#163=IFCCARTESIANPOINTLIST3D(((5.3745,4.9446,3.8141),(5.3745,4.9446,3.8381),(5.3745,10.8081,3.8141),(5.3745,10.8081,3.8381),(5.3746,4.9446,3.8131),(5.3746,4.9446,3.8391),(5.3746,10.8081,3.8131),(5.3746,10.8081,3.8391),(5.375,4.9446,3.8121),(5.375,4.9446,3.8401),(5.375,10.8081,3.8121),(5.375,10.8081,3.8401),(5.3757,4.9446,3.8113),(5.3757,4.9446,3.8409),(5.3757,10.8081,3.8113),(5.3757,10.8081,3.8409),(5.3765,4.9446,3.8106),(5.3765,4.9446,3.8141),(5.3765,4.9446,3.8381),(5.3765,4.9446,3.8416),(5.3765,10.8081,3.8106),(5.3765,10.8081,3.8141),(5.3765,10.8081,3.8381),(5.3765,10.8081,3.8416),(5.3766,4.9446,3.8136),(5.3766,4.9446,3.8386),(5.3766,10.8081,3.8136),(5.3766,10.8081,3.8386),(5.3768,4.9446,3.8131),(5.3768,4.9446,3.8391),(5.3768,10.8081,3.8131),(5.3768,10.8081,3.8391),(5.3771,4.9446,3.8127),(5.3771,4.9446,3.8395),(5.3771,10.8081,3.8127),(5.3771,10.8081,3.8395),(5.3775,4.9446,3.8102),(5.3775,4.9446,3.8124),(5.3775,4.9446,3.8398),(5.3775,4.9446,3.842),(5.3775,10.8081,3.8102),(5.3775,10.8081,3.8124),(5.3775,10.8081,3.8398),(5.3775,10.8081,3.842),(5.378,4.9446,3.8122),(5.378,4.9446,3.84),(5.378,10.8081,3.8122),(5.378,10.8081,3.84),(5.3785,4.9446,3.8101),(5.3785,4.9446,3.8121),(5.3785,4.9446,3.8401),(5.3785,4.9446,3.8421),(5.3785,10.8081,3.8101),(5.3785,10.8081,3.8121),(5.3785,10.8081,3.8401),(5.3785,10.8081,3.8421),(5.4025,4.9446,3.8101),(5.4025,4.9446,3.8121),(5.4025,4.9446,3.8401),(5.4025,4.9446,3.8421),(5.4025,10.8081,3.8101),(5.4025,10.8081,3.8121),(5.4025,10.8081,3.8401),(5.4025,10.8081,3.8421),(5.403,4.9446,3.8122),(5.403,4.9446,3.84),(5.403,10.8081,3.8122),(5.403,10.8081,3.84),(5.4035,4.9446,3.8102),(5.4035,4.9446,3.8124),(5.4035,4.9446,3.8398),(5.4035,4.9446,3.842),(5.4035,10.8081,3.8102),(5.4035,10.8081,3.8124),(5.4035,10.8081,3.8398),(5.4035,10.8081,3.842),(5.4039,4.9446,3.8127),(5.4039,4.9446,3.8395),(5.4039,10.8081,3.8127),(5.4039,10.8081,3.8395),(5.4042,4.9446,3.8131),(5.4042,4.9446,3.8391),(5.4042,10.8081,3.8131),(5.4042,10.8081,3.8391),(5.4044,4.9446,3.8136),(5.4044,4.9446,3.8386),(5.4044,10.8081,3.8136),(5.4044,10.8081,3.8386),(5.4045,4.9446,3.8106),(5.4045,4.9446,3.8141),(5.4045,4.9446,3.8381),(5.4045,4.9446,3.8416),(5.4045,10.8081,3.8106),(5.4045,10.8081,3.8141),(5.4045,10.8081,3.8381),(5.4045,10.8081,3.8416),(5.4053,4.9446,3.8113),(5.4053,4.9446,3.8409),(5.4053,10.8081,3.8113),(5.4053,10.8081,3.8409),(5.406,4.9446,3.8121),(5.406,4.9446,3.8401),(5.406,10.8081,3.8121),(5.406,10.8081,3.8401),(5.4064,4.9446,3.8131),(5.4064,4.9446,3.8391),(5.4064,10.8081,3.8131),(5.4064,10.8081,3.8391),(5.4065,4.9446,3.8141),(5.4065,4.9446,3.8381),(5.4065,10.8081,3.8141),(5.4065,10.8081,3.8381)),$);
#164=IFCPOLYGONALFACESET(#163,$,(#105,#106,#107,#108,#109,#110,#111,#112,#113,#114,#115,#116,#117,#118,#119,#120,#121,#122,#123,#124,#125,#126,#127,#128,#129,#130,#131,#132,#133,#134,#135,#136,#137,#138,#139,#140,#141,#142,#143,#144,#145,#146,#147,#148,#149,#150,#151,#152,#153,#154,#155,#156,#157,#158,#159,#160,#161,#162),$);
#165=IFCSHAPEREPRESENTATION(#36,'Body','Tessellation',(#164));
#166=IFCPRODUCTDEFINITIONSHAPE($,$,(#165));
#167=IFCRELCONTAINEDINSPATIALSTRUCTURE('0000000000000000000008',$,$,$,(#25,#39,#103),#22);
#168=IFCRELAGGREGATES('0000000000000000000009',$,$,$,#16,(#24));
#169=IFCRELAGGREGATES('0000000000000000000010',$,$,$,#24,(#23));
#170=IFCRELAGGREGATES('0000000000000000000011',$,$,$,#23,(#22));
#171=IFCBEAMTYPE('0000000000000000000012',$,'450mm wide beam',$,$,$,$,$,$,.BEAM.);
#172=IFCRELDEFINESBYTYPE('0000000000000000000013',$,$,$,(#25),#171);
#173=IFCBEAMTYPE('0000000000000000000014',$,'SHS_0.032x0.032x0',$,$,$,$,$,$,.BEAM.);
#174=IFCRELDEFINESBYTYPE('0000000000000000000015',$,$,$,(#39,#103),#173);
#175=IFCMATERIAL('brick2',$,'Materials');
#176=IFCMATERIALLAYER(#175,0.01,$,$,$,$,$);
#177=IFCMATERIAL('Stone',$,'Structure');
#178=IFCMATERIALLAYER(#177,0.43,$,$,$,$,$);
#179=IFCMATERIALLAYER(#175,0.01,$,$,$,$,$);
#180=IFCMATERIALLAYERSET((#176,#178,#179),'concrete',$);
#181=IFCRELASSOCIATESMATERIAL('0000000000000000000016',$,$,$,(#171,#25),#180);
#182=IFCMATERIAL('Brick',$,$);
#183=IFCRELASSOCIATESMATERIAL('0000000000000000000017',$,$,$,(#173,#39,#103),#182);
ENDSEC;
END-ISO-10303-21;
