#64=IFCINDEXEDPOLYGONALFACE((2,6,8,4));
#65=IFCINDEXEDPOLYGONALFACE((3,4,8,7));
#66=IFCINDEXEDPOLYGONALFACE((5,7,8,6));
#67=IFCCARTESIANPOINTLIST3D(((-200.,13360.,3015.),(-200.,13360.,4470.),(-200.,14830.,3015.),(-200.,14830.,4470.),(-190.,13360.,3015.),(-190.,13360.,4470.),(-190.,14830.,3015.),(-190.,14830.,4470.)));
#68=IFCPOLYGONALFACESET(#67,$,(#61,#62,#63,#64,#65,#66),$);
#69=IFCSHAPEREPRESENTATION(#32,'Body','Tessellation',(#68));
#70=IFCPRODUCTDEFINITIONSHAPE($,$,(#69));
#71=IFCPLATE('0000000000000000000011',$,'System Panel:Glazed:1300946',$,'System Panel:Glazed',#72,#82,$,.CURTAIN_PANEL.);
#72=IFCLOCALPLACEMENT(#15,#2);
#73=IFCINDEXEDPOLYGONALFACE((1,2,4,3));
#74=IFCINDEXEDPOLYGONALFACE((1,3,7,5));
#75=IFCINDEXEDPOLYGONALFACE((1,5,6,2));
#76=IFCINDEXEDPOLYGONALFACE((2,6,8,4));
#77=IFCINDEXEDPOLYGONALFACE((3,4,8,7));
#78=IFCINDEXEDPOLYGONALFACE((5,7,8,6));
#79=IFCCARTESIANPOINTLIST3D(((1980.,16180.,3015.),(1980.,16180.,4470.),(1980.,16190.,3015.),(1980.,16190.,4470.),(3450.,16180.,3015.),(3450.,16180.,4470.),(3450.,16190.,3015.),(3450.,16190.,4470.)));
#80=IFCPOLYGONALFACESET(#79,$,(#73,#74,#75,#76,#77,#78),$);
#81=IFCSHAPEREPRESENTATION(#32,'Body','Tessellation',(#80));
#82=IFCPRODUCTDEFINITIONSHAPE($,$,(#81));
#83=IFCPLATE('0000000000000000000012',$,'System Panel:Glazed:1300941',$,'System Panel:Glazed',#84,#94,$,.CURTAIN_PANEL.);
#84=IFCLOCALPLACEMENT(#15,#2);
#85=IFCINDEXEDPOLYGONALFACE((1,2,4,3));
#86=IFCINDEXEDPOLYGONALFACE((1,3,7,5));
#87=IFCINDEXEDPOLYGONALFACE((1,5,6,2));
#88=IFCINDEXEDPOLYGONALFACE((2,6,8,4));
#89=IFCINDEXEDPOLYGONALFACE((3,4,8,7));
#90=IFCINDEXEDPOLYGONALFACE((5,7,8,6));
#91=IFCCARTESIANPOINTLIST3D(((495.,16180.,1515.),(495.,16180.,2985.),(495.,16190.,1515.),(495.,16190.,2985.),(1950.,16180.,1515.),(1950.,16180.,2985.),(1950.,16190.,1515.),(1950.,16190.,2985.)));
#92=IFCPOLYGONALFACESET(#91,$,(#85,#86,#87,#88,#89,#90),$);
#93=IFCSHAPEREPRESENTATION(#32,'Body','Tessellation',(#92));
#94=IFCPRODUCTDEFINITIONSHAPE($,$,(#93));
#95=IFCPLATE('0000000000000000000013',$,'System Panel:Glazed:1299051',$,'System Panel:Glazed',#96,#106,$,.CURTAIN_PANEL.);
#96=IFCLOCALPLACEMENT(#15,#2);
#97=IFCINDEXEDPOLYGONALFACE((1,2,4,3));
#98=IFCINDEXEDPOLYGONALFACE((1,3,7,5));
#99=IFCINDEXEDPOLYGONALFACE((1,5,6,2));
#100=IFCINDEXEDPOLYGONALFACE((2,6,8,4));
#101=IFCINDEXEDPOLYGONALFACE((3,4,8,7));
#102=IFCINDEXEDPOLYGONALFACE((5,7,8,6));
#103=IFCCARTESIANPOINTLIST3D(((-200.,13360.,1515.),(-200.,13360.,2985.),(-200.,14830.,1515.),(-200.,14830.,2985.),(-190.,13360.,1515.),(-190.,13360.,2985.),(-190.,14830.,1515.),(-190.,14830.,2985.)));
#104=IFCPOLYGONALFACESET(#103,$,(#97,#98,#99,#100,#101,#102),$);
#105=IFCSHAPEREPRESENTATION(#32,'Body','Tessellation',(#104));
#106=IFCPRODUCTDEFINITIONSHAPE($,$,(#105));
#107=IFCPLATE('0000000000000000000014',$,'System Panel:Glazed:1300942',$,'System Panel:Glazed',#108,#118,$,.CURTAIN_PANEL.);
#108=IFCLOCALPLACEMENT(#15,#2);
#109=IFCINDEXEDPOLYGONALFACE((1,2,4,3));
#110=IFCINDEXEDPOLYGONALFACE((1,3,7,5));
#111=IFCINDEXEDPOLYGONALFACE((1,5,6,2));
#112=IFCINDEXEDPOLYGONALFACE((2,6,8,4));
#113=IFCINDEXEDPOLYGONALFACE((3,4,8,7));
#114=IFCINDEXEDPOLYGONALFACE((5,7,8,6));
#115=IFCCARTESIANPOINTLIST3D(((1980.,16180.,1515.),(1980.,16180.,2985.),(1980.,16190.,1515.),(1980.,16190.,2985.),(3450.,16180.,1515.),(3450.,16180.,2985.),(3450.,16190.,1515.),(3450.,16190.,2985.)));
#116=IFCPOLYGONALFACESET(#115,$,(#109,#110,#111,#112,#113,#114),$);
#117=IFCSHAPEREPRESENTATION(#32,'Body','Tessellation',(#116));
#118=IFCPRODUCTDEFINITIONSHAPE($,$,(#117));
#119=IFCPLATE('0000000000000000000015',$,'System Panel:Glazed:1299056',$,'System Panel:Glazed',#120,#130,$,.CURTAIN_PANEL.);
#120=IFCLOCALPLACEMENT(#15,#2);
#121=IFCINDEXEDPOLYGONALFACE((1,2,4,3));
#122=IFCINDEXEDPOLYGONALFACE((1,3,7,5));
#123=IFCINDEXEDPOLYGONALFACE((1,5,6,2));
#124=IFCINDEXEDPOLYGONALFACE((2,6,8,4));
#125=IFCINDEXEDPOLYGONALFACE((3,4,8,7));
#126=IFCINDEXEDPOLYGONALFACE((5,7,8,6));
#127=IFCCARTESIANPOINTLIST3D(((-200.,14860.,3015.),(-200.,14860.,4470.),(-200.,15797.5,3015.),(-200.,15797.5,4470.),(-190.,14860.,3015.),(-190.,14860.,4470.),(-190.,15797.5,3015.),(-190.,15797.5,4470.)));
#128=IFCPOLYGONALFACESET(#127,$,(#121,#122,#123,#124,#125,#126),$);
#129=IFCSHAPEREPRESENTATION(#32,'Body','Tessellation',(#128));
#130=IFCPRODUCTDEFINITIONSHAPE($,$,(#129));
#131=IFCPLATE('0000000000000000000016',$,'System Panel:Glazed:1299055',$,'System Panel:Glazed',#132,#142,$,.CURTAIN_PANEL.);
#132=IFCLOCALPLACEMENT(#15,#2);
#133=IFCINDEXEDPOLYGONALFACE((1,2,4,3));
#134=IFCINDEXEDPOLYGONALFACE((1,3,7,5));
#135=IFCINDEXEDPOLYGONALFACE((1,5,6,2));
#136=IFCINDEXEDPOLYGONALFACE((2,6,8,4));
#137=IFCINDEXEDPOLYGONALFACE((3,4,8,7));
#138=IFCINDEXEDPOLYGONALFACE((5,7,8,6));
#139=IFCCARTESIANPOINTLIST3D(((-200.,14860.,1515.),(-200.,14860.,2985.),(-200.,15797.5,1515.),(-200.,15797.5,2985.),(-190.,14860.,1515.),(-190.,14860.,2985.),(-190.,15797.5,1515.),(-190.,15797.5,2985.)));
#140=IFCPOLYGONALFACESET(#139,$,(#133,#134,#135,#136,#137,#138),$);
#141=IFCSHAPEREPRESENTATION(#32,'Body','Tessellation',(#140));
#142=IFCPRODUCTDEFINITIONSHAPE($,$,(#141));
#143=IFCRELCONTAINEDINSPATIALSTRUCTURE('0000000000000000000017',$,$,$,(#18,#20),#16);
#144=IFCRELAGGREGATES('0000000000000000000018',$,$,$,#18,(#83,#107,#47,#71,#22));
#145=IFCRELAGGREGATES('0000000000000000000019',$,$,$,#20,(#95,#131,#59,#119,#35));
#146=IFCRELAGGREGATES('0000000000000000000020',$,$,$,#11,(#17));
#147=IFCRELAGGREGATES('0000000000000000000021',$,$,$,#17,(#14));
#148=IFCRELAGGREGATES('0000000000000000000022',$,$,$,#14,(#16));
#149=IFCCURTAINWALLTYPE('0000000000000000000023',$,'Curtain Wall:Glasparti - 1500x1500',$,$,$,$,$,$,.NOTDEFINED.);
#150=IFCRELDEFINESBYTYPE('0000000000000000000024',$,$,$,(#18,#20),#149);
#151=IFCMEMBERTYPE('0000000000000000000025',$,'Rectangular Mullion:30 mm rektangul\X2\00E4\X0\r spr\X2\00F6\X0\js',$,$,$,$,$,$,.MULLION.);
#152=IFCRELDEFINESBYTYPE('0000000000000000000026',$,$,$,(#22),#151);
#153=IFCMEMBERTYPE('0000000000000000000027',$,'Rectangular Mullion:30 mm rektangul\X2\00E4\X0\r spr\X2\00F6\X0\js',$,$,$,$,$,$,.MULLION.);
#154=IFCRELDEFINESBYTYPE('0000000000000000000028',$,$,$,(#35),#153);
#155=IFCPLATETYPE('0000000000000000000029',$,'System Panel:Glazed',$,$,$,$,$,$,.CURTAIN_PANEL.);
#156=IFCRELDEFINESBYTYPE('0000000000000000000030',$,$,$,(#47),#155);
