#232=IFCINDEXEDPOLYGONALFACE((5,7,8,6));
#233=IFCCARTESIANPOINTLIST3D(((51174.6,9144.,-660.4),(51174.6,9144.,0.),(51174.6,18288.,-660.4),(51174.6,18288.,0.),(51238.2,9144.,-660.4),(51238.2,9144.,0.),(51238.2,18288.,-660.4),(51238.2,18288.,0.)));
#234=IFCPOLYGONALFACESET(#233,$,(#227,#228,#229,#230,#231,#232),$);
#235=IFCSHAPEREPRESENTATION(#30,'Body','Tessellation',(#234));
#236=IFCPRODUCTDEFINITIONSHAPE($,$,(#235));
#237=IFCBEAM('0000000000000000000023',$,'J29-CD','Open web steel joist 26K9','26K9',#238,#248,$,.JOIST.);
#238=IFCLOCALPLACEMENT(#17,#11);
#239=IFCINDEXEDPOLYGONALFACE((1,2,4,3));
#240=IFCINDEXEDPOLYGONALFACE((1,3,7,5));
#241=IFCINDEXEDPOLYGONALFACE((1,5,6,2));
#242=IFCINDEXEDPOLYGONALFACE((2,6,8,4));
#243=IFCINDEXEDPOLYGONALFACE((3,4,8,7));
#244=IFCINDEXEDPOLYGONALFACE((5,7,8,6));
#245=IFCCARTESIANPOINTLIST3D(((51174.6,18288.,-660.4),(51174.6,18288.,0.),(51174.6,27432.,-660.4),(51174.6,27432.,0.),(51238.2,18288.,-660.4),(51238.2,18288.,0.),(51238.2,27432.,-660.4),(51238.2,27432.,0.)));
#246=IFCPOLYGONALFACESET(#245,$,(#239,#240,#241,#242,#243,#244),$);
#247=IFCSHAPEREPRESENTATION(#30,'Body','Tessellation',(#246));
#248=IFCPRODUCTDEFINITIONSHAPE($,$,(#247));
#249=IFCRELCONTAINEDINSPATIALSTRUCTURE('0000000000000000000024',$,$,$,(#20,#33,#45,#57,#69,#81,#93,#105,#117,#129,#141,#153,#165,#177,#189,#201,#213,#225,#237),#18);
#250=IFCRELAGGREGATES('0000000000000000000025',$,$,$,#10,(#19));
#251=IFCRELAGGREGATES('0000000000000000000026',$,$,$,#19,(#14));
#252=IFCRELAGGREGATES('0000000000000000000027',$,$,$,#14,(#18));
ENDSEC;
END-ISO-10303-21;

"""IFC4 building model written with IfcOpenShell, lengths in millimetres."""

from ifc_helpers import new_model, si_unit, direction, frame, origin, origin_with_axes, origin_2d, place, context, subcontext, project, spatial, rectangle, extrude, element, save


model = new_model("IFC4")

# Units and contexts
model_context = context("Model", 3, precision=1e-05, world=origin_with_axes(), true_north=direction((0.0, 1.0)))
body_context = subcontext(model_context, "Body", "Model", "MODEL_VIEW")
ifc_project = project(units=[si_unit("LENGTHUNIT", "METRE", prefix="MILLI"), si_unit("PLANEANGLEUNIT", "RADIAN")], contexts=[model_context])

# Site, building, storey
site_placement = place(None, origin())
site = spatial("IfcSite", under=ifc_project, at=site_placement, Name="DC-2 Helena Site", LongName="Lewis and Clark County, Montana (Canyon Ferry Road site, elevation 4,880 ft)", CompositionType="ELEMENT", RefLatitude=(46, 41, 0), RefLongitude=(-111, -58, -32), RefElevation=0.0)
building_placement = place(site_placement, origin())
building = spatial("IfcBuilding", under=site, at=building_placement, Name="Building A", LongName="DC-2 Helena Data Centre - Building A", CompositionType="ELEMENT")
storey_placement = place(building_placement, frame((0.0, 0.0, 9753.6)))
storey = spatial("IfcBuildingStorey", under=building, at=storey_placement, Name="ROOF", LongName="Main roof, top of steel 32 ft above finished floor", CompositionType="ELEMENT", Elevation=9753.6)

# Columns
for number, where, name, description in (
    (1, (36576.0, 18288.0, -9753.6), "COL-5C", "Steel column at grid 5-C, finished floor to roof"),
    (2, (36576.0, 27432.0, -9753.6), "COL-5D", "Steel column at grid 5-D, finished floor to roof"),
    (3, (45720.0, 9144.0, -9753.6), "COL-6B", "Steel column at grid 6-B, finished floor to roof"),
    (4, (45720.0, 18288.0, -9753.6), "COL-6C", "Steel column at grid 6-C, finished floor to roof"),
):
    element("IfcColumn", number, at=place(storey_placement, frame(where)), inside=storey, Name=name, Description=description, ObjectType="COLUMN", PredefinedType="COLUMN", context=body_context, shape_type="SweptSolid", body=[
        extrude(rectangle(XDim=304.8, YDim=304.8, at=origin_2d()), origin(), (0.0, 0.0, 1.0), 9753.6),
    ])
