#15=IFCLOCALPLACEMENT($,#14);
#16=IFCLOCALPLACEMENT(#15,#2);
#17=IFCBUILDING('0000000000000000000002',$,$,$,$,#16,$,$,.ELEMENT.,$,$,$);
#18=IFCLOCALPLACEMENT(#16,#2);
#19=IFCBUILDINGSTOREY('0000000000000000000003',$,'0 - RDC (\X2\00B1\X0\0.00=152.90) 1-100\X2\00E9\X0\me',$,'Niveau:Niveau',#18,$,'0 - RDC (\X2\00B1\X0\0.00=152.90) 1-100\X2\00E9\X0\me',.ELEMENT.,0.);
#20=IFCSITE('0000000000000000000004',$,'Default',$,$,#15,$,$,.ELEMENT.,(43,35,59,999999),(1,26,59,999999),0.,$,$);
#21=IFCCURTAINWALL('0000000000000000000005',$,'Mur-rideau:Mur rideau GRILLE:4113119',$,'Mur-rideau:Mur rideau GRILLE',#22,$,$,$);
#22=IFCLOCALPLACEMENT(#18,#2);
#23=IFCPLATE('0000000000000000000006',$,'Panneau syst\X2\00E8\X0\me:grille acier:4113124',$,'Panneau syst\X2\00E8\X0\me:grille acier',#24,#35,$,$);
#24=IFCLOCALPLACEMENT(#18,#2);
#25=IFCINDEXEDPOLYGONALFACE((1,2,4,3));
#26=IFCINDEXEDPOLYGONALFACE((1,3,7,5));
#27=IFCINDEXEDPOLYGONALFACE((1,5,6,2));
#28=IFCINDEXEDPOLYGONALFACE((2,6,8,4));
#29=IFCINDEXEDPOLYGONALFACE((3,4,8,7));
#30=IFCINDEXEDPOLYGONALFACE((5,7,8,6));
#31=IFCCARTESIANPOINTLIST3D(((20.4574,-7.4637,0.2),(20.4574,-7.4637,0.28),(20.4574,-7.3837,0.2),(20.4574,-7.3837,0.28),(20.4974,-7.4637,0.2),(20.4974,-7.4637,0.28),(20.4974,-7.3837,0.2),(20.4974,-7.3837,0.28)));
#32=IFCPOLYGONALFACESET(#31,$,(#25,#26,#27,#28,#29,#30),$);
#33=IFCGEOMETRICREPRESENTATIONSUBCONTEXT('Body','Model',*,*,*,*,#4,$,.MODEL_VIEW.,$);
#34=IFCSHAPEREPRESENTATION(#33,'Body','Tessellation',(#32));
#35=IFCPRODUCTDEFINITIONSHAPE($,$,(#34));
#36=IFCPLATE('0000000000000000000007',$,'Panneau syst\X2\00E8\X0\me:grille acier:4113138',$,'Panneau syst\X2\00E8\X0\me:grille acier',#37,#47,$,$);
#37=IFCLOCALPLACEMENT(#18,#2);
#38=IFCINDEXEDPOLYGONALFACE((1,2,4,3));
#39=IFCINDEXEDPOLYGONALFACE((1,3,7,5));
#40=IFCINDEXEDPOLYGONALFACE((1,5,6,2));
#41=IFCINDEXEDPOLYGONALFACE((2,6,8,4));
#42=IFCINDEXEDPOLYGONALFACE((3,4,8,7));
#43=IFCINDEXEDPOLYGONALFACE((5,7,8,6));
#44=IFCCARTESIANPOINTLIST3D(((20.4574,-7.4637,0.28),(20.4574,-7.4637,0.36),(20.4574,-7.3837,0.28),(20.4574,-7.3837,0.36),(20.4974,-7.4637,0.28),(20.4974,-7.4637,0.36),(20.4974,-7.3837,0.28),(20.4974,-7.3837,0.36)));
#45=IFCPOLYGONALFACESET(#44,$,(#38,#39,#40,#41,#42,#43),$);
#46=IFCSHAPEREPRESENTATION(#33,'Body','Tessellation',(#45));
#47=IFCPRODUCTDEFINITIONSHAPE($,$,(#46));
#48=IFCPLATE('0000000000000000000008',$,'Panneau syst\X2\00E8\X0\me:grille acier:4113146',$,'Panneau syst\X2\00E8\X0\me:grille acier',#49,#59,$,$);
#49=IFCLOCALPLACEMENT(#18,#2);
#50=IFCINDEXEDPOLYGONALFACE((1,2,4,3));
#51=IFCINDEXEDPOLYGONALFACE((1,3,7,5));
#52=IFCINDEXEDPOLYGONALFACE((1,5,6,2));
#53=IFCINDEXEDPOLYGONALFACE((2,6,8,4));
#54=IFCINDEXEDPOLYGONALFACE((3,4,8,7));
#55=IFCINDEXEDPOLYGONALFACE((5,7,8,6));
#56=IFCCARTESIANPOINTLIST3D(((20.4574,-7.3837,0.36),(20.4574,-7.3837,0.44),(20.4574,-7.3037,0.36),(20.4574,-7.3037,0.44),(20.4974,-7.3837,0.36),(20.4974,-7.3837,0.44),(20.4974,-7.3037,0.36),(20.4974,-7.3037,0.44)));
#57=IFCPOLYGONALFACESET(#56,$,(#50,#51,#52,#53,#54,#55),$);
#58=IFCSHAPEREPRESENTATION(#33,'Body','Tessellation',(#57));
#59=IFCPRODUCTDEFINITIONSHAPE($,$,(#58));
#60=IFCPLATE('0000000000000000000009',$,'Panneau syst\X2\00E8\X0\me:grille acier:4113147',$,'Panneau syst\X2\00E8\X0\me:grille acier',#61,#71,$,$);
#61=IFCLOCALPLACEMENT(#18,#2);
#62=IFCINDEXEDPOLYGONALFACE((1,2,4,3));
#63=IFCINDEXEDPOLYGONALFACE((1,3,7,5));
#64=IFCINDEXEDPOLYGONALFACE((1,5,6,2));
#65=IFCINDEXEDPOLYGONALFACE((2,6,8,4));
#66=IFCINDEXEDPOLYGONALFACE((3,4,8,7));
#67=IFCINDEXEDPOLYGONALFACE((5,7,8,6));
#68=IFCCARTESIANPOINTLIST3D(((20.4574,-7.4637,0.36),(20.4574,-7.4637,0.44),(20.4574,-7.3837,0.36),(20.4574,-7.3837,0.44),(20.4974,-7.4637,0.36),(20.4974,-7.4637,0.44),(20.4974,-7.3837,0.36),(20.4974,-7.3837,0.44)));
☆ ☆ ☆ ☆
What is asked for is an exact copy of the lines above from the one containing "#120=IFCLOCALPLACEMENT(#15,#2);" through the one containing "#137=IFCINDEXEDPOLYGONALFACE((3,4,8,7));", and only those.

#120=IFCLOCALPLACEMENT(#15,#2);
#121=IFCINDEXEDPOLYGONALFACE((1,2,4,3));
#122=IFCINDEXEDPOLYGONALFACE((1,3,7,5));
#123=IFCINDEXEDPOLYGONALFACE((1,5,6,2));
#124=IFCINDEXEDPOLYGONALFACE((2,6,8,4));
#125=IFCINDEXEDPOLYGONALFACE((3,4,8,7));
#126=IFCINDEXEDPOLYGONALFACE((5,7,8,6));
#127=IFCCARTESIANPOINTLIST3D(((-200.,14860.,3015.),(-200.,14860.,4470.),(-200.,15797.5,3015.),(-200.,15797.5,4470.),(-190.,14860.,3015.),(-190.,14860.,4470.),(-190.,15797.5,3015.),(-190.,15797.5,4470.)));
#128=IFCPOLYGONALFACESET(#127,$,(#121,#122,#123,#124,#125,#126),$);
#129=IFCSHAPEREPRESENTATION(#32,'Body','Tessellation',(#128));
#130=IFCPRODUCTDEFINITIONSHAPE($,$,(#129));
#131=IFCPLATE('0000000000000000000016',$,'System Panel:Glazed:1299055',$,'System Panel:Glazed',#132,#142,$,.CURTAIN_PANEL.);
#132=IFCLOCALPLACEMENT(#15,#2);
#133=IFCINDEXEDPOLYGONALFACE((1,2,4,3));
#134=IFCINDEXEDPOLYGONALFACE((1,3,7,5));
#135=IFCINDEXEDPOLYGONALFACE((1,5,6,2));
#136=IFCINDEXEDPOLYGONALFACE((2,6,8,4));
#137=IFCINDEXEDPOLYGONALFACE((3,4,8,7));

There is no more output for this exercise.